Proponents of a local ballot question that would issue $393 million in new Miami-Dade County government debt to build a civil courthouse released a new poll Thursday.
According to the poll, 37 percent of respondents favor bonds for the new courthouse, compared to 33 percent who oppose it and 31 percent who are undecided. However, respondents were not read the actual ballot question, which includes the $393 million figure -- a key consideration for voters.
Instead, the poll asked, "In the upcoming Nov. 4th election, will you vote for or against funding emergency repairs to the 1928 courthouse and the acquisition and construction of new court facilities by issuing general obligation bonds?"
It surveyed 1,244 likely voters -- a relatively large number -- using automated telephone calls, a method that relies mostly on voters with land lines. Those people tend to be older, wealthier and more conservative, compared to younger, less affluent and more liberal voters who might only have cell phones.
"The results show that the aggressive communication and voter outreach effort continues to work," campaign manager Christian Ulvert wrote in a memo to Building Blocks for Justice, the campaign's political action committee. "The latest numbers show that the referendum has picked up considerable support and has reversed the initial results from the benchmark poll from a month ago."

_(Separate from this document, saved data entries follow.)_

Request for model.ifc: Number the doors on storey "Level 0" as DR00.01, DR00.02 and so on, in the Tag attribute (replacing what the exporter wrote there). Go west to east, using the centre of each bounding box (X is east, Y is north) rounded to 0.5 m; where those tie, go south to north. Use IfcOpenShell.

First a look at what the model holds.

```python
import ifcopenshell
import ifcopenshell.util.element
import ifcopenshell.util.placement

model = ifcopenshell.open("model.ifc")
print(model.schema)
storey = next(s for s in model.by_type("IfcBuildingStorey") if s.Name == "Level 0")
doors = [e for e in ifcopenshell.util.element.get_decomposition(storey) if e.is_a("IfcDoor")]
for e in sorted(doors, key=lambda e: e.id()):
    origin = ifcopenshell.util.placement.get_local_placement(e.ObjectPlacement)[:3, 3]
    print(e.id(), e.Tag, e.Name, origin.round(2) + 0.0, sep=" | ")
```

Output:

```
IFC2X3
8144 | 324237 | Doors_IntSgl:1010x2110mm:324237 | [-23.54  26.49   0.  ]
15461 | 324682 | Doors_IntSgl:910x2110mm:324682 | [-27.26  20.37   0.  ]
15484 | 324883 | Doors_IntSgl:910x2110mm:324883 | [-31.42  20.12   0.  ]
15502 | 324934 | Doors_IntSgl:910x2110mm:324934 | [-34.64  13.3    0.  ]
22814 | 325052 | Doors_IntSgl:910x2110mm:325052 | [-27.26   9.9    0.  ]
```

```python
import ifcopenshell
import ifcopenshell.geom
import ifcopenshell.util.element
import ifcopenshell.util.shape

model = ifcopenshell.open("model.ifc")
settings = ifcopenshell.geom.settings()
settings.set("use-world-coords", True)


def centre(element):
    shape = ifcopenshell.geom.create_shape(settings, element)
    return ifcopenshell.util.shape.get_bbox_centroid(shape.geometry)


storey = next(s for s in model.by_type("IfcBuildingStorey") if s.Name == "Level 0")
doors = [e for e in ifcopenshell.util.element.get_decomposition(storey) if e.is_a("IfcDoor")]

# Insertion points can sit at a corner or the storey origin, so sort by the geometry (in metres).
centres = {e: centre(e) for e in doors}
doors.sort(key=lambda e: (round(centres[e][0] / 0.5), centres[e][1]))

for i, e in enumerate(doors, start=1):
    number = f"DR00.{i:02d}"
    e.Tag = number
    print(e.id(), number)

model.write("model_edited.ifc")
```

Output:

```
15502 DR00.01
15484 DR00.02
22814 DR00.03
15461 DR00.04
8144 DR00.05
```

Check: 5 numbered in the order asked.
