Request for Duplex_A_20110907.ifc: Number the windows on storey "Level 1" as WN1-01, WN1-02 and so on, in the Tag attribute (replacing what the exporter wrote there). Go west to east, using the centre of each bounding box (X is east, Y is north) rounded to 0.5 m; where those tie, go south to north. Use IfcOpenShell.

First a look at what the model holds.

```python
import ifcopenshell
import ifcopenshell.util.element
import ifcopenshell.util.placement

model = ifcopenshell.open("Duplex_A_20110907.ifc")
print(model.schema)
storey = next(s for s in model.by_type("IfcBuildingStorey") if s.Name == "Level 1")
windows = [e for e in ifcopenshell.util.element.get_decomposition(storey) if e.is_a("IfcWindow")]
for e in sorted(windows, key=lambda e: e.id()):
    origin = ifcopenshell.util.placement.get_local_placement(e.ObjectPlacement)[:3, 3]
    print(e.id(), e.Tag, e.Name, origin.round(2) + 0.0, sep=" | ")
```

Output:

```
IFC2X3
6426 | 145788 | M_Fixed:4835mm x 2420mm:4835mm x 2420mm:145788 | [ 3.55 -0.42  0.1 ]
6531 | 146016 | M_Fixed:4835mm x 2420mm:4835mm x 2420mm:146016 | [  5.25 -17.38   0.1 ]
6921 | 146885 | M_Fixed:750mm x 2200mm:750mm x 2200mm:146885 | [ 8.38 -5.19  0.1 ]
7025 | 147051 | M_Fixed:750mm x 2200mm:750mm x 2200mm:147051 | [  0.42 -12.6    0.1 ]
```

```python
import ifcopenshell
import ifcopenshell.geom
import ifcopenshell.util.element
import ifcopenshell.util.shape

model = ifcopenshell.open("Duplex_A_20110907.ifc")
settings = ifcopenshell.geom.settings()
settings.set("use-world-coords", True)


def centre(element):
    shape = ifcopenshell.geom.create_shape(settings, element)
    return ifcopenshell.util.shape.get_bbox_centroid(shape.geometry)


storey = next(s for s in model.by_type("IfcBuildingStorey") if s.Name == "Level 1")
windows = [e for e in ifcopenshell.util.element.get_decomposition(storey) if e.is_a("IfcWindow")]

# Insertion points can sit at a corner or the storey origin, so sort by the geometry (in metres).
centres = {e: centre(e) for e in windows}
windows.sort(key=lambda e: (round(centres[e][0] / 0.5), centres[e][1]))

for i, e in enumerate(windows, start=1):
    number = f"WN1-{i:02d}"
    e.Tag = number
    print(e.id(), number)

model.write("Duplex_A_20110907-out.ifc")
```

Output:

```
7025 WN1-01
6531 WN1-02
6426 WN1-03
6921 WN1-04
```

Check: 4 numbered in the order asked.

That poll showed 60 percent of respondents were against the courthouse when read the ballot language, with only 25 percent in favor. Using a different question this time around means the results aren't directly comparable, but Ulvert said questions in the previous poll that did not use the $393 million figure also showed opposition at around 60 percent.
Showcasing the existing courthouse's deterioration persuades some voters to support the effort, according to the latest poll. After being told about the conditions, support increases to 53 percent, compared to 28 percent in opposition and 18 percent undecided.
But there are significant partisan and ethnic divisions among respondents.
Democrats back the referendum 46-17 percent, as do whites (48-28 percent) and African-Americans (46-9), the results show. The opposite is true for Republicans, who oppose it 45-31 percent, voters without party affiliation (44-28 percent).
Cuban Americans and non-Cuban Hispanics are also against, though the results provided to the Miami Herald didn't show a complete percentage breakdown. They say only that 28 percent of Cuban Americans and 29 percent of non-Cuban Hispanics would vote "Yes," with more non-Cuban Hispanics undecided.